*** Opening Supplied records ***
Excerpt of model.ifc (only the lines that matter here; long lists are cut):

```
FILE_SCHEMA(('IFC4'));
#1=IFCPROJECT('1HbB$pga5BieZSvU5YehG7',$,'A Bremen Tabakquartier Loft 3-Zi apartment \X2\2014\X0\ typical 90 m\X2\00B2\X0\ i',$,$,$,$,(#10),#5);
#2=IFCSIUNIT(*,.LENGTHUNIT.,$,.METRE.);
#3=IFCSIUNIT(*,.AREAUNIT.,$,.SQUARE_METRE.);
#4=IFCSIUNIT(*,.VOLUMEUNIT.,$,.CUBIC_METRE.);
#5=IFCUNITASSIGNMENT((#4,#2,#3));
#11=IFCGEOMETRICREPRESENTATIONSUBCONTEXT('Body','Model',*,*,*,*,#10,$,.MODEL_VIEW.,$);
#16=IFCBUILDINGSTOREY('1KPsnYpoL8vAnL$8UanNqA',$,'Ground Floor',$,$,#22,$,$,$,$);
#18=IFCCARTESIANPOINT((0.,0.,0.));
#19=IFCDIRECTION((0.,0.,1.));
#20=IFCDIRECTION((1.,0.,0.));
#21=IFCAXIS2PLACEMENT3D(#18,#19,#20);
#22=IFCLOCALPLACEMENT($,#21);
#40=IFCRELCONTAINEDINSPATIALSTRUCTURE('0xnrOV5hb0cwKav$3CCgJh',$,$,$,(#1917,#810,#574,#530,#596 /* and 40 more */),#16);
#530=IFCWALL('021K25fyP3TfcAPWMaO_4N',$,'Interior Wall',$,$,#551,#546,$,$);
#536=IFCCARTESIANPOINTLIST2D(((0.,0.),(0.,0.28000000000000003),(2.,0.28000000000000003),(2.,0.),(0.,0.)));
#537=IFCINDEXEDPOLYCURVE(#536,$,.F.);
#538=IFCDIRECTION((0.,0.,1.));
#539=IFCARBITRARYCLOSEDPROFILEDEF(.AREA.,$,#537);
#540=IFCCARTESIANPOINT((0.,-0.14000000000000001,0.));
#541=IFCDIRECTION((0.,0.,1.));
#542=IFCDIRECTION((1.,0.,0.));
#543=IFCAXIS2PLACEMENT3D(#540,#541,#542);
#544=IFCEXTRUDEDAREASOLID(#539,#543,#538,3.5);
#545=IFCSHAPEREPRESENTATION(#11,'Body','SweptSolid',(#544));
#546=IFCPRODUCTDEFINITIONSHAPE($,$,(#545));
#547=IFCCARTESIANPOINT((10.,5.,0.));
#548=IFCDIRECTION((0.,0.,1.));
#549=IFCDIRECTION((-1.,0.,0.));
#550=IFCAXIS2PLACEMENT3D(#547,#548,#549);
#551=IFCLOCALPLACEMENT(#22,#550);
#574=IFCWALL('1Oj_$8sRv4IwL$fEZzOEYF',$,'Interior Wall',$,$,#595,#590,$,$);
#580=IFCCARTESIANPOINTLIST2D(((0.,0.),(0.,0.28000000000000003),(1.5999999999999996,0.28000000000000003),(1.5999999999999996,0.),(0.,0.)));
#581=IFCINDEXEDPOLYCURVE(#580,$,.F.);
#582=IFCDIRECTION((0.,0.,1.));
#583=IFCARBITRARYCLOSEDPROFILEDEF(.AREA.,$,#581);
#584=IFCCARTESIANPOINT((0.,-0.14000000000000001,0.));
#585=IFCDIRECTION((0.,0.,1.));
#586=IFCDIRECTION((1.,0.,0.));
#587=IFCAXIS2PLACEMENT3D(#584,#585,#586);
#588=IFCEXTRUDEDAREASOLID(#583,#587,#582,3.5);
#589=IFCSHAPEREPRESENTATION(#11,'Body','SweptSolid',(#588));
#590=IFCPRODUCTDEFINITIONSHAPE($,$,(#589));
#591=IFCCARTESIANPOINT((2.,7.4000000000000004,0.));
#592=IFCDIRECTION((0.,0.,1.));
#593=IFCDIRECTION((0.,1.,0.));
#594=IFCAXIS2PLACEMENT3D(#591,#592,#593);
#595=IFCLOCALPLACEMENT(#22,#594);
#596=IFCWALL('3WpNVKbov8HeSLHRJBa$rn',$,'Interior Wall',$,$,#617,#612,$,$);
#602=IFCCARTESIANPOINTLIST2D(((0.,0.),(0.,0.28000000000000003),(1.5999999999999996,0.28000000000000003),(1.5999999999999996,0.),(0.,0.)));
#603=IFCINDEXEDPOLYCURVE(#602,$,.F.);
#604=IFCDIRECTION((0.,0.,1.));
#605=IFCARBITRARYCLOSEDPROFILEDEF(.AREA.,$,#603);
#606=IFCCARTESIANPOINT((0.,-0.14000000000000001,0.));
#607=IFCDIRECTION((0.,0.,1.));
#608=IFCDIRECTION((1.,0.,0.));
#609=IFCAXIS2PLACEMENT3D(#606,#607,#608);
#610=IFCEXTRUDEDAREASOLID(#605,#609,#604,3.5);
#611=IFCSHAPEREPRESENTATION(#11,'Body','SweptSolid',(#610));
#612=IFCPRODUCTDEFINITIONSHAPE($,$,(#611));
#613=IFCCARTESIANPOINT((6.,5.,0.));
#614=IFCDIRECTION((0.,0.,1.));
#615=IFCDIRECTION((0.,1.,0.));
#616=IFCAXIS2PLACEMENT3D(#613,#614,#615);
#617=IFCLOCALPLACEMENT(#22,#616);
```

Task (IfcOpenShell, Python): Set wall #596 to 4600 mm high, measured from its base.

```python
import ifcopenshell
import ifcopenshell.geom
import ifcopenshell.util.representation
import ifcopenshell.util.shape
import ifcopenshell.util.unit

model = ifcopenshell.open("model.ifc")
unit_scale = ifcopenshell.util.unit.calculate_unit_scale(model)
settings = ifcopenshell.geom.settings()


def volume(element):
    """Net volume in cubic metres, openings subtracted."""
    shape = ifcopenshell.geom.create_shape(settings, element)
    return ifcopenshell.util.shape.get_volume(shape.geometry)


wall = model.by_guid("3WpNVKbov8HeSLHRJBa$rn")
before = volume(wall)

body = ifcopenshell.util.representation.get_representation(wall, "Model", "Body")
solid = body.Items[0]
old_height = solid.Depth
solid.Depth = 4.6 / unit_scale
after = volume(wall)

print(f"height {old_height:g} -> {solid.Depth:g}, volume {before:.3f} -> {after:.3f} m3")

model.write("model_v2.ifc")
```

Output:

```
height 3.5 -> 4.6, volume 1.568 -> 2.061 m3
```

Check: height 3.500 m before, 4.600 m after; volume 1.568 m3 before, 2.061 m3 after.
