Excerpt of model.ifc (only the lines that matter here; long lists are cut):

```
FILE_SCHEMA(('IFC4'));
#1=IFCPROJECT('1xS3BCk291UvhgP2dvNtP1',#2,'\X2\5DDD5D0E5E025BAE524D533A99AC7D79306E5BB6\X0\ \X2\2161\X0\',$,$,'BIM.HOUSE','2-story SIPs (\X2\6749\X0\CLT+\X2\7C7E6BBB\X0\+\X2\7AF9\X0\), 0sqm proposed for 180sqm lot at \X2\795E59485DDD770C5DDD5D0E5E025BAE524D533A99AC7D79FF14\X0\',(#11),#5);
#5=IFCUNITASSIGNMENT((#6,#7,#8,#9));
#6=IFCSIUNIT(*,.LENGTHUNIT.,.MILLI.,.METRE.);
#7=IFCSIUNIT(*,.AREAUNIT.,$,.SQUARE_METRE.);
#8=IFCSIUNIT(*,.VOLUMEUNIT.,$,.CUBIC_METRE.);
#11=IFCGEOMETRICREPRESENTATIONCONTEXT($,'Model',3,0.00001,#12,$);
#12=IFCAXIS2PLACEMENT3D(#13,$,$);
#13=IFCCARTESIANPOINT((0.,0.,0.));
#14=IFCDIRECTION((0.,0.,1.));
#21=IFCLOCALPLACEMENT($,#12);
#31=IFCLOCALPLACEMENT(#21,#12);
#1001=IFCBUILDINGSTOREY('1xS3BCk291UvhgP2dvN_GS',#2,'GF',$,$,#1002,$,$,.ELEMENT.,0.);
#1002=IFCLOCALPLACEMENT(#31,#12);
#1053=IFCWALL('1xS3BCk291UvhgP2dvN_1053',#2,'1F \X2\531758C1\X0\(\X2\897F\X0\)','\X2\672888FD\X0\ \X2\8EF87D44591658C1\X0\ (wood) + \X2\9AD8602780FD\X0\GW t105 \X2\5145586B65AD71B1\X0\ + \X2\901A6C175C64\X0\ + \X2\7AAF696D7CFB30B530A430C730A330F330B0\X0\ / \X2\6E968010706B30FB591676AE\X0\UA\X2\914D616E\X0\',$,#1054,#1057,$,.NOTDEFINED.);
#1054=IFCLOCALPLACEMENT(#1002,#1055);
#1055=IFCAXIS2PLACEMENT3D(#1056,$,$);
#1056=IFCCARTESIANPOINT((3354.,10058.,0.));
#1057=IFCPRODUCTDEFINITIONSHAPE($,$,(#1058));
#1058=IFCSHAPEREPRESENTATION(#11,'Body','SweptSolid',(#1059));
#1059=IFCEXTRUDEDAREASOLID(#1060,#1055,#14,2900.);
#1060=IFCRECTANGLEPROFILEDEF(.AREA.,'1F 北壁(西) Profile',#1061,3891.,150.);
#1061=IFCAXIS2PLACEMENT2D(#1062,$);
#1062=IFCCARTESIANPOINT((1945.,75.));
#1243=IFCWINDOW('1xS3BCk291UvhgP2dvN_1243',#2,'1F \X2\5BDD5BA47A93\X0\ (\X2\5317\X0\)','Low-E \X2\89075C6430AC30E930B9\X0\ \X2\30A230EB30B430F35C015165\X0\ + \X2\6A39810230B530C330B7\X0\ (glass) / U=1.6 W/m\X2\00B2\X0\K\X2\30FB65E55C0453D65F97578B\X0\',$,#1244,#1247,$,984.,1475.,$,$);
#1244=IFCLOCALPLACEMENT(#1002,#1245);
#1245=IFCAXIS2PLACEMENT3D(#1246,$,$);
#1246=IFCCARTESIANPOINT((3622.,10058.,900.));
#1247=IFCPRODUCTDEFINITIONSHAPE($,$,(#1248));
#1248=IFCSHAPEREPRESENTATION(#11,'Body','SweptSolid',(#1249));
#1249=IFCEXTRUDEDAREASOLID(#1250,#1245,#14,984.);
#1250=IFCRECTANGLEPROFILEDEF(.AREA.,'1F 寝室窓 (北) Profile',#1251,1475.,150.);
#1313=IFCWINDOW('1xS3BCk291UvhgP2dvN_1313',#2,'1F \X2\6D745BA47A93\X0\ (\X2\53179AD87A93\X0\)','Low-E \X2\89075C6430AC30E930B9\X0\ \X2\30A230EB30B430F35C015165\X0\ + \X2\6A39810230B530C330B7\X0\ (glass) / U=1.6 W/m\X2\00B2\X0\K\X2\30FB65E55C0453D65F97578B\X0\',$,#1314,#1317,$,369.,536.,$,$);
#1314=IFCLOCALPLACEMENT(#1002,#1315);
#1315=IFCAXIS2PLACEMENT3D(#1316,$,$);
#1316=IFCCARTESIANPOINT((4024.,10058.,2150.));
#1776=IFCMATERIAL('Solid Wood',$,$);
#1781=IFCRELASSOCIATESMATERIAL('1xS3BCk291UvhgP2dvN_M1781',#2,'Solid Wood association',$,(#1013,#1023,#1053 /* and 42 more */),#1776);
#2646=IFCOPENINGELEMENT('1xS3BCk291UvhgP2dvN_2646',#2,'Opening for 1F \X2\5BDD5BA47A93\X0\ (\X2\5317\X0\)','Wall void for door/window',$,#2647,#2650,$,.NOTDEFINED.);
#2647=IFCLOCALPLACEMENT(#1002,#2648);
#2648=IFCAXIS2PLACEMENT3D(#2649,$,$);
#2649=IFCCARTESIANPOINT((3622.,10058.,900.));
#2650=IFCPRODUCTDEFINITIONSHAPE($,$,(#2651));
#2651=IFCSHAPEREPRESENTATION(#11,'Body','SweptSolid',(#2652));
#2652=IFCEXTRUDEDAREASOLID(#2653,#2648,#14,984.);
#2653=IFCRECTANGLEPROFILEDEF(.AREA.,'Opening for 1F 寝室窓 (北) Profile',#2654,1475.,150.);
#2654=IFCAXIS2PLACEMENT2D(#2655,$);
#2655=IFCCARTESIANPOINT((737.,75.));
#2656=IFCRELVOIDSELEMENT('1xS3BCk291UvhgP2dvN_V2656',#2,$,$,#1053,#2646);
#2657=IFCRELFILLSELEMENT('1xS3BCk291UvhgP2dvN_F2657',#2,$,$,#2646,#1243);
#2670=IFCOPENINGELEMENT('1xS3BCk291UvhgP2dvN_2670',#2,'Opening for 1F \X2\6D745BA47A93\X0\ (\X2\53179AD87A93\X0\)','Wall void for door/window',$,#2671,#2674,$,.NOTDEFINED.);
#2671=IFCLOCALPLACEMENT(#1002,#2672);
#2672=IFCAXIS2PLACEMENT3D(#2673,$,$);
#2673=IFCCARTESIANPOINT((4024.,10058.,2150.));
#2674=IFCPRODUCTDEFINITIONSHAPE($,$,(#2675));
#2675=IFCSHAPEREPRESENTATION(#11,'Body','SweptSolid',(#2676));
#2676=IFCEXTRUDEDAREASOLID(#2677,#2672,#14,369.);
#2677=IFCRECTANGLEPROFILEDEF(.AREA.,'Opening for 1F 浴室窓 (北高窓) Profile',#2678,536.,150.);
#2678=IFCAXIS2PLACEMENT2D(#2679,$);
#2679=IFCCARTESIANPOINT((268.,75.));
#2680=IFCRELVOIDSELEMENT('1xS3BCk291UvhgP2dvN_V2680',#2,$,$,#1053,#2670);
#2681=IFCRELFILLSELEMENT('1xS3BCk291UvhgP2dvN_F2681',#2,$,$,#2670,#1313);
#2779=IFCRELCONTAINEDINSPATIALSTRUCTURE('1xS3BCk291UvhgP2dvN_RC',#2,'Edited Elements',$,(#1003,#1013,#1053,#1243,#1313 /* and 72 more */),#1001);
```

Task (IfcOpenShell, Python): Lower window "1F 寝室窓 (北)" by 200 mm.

```python
import numpy as np
import ifcopenshell
import ifcopenshell.api.geometry
import ifcopenshell.util.placement
import ifcopenshell.util.unit

model = ifcopenshell.open("model.ifc")
unit_scale = ifcopenshell.util.unit.calculate_unit_scale(model)

window = model.by_guid("1xS3BCk291UvhgP2dvN_1243")
opening = window.FillsVoids[0].RelatingOpeningElement
dz = -200.0

shift = np.array([0.0, 0.0, dz])
# The window is not placed relative to its opening, so move both.
for product in (opening, window):
    matrix = ifcopenshell.util.placement.get_local_placement(product.ObjectPlacement)
    matrix[:3, 3] += shift
    ifcopenshell.api.geometry.edit_object_placement(model, product=product, matrix=matrix, is_si=False)

print(f"moved by {dz * unit_scale:+.3f} m")

model.write("model_edited.ifc")
```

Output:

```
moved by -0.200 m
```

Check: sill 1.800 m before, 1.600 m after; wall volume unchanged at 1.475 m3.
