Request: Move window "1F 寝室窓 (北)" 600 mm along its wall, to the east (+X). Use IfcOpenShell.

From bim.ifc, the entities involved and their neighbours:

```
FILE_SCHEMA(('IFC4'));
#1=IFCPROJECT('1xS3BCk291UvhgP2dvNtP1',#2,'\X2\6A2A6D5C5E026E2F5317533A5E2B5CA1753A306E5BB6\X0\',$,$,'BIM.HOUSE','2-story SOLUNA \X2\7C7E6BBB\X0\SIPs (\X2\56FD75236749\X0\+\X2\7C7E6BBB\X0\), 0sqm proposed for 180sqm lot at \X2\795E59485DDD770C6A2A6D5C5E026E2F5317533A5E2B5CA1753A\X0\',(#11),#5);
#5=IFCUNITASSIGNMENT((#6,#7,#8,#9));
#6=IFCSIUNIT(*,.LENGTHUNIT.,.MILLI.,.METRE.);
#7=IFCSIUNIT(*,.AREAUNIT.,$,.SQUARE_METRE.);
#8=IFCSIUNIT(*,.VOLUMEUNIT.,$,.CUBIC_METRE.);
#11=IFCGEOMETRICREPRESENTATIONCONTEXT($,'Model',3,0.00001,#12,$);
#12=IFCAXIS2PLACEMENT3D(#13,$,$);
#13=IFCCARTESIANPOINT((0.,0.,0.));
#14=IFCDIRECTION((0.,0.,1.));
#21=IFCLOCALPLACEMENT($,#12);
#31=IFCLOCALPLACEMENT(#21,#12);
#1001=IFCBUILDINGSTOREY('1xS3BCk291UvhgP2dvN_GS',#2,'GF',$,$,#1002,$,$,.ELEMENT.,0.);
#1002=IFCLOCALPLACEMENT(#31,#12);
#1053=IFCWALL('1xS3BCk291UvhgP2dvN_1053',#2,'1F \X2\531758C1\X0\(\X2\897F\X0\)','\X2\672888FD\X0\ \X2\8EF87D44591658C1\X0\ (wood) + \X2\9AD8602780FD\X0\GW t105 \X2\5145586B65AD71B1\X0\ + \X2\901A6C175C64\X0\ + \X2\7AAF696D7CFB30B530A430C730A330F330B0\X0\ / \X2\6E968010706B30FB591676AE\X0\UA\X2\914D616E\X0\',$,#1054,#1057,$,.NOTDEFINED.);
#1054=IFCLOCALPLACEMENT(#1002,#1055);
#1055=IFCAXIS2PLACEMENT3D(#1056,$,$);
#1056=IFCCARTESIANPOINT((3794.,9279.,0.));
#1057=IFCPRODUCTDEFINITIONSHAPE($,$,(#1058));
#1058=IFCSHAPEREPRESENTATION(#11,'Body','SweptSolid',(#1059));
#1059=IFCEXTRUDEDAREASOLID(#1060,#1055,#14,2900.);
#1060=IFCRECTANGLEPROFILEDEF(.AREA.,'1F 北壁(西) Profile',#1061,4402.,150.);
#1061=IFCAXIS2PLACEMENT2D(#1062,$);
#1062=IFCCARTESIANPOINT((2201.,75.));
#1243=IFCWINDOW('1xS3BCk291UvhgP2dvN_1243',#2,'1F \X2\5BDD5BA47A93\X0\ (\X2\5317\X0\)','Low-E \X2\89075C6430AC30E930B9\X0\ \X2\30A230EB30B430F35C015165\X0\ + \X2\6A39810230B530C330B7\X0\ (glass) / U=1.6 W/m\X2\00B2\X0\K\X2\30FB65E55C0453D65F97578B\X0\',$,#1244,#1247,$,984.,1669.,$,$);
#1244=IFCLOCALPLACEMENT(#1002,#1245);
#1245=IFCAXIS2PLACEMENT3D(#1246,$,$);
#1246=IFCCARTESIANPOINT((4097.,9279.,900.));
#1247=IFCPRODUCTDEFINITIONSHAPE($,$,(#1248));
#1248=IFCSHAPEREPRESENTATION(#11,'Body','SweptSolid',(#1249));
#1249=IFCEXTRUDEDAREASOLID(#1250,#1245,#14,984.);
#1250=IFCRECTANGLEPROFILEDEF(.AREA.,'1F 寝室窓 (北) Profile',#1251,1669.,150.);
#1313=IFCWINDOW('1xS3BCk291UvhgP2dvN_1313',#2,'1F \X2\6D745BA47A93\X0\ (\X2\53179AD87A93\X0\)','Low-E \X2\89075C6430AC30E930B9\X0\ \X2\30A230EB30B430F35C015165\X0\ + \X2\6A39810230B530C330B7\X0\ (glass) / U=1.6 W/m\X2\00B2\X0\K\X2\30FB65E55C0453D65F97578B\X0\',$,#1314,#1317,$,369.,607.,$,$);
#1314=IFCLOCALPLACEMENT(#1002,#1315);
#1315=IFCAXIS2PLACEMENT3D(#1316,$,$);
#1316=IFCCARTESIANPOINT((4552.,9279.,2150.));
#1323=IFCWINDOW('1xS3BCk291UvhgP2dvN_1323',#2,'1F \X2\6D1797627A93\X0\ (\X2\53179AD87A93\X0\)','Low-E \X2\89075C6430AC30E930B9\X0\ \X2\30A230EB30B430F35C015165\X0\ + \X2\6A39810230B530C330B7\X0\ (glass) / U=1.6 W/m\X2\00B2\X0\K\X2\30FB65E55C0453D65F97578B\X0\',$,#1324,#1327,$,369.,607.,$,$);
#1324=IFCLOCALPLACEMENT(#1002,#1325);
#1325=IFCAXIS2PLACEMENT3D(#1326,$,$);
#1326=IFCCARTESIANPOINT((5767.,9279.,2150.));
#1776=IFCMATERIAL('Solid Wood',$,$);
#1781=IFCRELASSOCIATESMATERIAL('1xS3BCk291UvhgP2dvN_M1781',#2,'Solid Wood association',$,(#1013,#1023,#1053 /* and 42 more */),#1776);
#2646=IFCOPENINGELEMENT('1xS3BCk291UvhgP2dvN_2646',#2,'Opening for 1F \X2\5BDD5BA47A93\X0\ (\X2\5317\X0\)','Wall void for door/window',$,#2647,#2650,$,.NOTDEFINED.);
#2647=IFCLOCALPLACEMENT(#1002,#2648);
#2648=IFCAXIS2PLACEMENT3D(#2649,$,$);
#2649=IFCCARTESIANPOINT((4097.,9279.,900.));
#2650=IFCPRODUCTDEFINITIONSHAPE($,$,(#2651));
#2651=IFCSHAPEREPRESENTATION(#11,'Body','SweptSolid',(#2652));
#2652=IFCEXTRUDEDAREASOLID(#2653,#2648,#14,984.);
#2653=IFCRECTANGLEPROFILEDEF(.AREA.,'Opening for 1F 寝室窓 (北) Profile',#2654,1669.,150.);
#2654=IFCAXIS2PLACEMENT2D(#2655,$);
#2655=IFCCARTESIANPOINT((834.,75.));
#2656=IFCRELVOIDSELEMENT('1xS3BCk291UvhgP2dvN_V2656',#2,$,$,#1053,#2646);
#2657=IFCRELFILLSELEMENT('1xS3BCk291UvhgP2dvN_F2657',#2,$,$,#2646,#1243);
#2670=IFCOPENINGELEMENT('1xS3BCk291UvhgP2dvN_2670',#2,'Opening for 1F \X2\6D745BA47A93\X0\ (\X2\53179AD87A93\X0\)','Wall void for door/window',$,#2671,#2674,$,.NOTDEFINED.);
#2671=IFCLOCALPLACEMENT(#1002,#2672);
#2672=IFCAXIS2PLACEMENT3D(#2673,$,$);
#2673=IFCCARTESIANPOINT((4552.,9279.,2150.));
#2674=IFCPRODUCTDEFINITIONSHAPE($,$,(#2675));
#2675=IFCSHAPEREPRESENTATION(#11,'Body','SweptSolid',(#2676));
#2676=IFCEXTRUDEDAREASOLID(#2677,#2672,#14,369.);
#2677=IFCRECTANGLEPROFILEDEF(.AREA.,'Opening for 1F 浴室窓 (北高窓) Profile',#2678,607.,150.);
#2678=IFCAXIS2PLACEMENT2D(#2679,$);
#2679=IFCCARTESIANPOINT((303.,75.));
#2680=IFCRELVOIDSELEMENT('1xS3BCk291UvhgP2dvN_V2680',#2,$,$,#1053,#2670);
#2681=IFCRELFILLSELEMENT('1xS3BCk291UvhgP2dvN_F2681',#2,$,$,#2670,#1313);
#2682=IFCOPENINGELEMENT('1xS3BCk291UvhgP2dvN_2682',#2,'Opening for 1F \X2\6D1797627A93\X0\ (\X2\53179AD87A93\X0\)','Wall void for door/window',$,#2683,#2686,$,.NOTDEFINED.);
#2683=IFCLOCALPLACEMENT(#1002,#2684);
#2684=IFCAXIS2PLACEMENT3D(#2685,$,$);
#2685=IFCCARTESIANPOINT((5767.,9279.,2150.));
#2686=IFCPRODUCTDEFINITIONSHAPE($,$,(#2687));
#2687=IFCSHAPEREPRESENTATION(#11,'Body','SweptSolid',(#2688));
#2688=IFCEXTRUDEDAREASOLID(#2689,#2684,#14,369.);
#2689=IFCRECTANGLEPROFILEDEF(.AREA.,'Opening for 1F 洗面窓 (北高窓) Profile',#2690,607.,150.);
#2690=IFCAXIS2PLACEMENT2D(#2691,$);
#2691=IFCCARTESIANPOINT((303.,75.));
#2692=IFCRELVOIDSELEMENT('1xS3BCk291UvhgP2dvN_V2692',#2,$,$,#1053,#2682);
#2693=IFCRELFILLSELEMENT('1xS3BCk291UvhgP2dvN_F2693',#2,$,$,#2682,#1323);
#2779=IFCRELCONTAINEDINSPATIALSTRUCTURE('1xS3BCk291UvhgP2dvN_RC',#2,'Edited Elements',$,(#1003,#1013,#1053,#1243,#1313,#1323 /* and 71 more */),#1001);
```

```python
import ifcopenshell
import ifcopenshell.api.geometry
import ifcopenshell.util.placement

model = ifcopenshell.open("bim.ifc")

window = model.by_id(1243)
opening = window.FillsVoids[0].RelatingOpeningElement
wall = opening.VoidsElements[0].RelatingBuildingElement

wall_matrix = ifcopenshell.util.placement.get_local_placement(wall.ObjectPlacement)
shift = wall_matrix[:3, 0] * 600.0
before = ifcopenshell.util.placement.get_local_placement(window.ObjectPlacement)[:3, 3].copy()

# The window is not placed relative to its opening, so move both.
for product in (opening, window):
    matrix = ifcopenshell.util.placement.get_local_placement(product.ObjectPlacement)
    matrix[:3, 3] += shift
    ifcopenshell.api.geometry.edit_object_placement(model, product=product, matrix=matrix, is_si=False)

after = ifcopenshell.util.placement.get_local_placement(window.ObjectPlacement)[:3, 3]
print("window moved by", (after - before).round(3) + 0.0)

model.write("bim_updated.ifc")
```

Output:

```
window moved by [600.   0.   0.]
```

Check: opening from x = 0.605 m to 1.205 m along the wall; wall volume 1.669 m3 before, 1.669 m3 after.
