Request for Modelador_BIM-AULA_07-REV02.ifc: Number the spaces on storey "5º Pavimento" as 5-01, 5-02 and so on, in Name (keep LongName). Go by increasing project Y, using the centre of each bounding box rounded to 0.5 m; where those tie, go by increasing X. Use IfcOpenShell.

First a look at what the model holds.

```python
import ifcopenshell
import ifcopenshell.util.element
import ifcopenshell.util.placement

model = ifcopenshell.open("Modelador_BIM-AULA_07-REV02.ifc")
print(model.schema)
storey = next(s for s in model.by_type("IfcBuildingStorey") if s.Name == "5º Pavimento")
spaces = [e for e in ifcopenshell.util.element.get_decomposition(storey) if e.is_a("IfcSpace")]
for e in sorted(spaces, key=lambda e: e.id()):
    origin = ifcopenshell.util.placement.get_local_placement(e.ObjectPlacement)[:3, 3]
    print(e.id(), e.Name, e.LongName, origin.round(2) + 0.0, sep=" | ")
```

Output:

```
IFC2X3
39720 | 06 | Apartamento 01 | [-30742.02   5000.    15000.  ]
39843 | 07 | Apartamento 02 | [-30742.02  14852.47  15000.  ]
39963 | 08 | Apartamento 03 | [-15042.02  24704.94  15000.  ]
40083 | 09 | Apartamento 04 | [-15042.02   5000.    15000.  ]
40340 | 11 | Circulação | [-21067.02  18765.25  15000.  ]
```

```python
import ifcopenshell
import ifcopenshell.geom
import ifcopenshell.util.element
import ifcopenshell.util.shape

model = ifcopenshell.open("Modelador_BIM-AULA_07-REV02.ifc")
settings = ifcopenshell.geom.settings()
settings.set("use-world-coords", True)


def centre(element):
    shape = ifcopenshell.geom.create_shape(settings, element)
    return ifcopenshell.util.shape.get_bbox_centroid(shape.geometry)


storey = next(s for s in model.by_type("IfcBuildingStorey") if s.Name == "5º Pavimento")
spaces = [e for e in ifcopenshell.util.element.get_decomposition(storey) if e.is_a("IfcSpace")]

# Insertion points can sit at a corner or the storey origin, so sort by the geometry (in metres).
centres = {e: centre(e) for e in spaces}
spaces.sort(key=lambda e: (round(centres[e][1] / 0.5), centres[e][0]))

for i, e in enumerate(spaces, start=1):
    number = f"5-{i:02d}"
    e.Name = number
    print(e.id(), number)

model.write("Modelador_BIM-AULA_07-REV02_updated.ifc")
```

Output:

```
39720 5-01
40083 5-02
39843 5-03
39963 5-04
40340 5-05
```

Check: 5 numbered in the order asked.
*** Closing Supplied records ***
▶ [Work task]:
Work through the data line by line and state how many lines have the string "IFCRELCONTAINEDINSPATIALSTRUCTURE"; add nothing else.

▶ [Exercise solution]:
3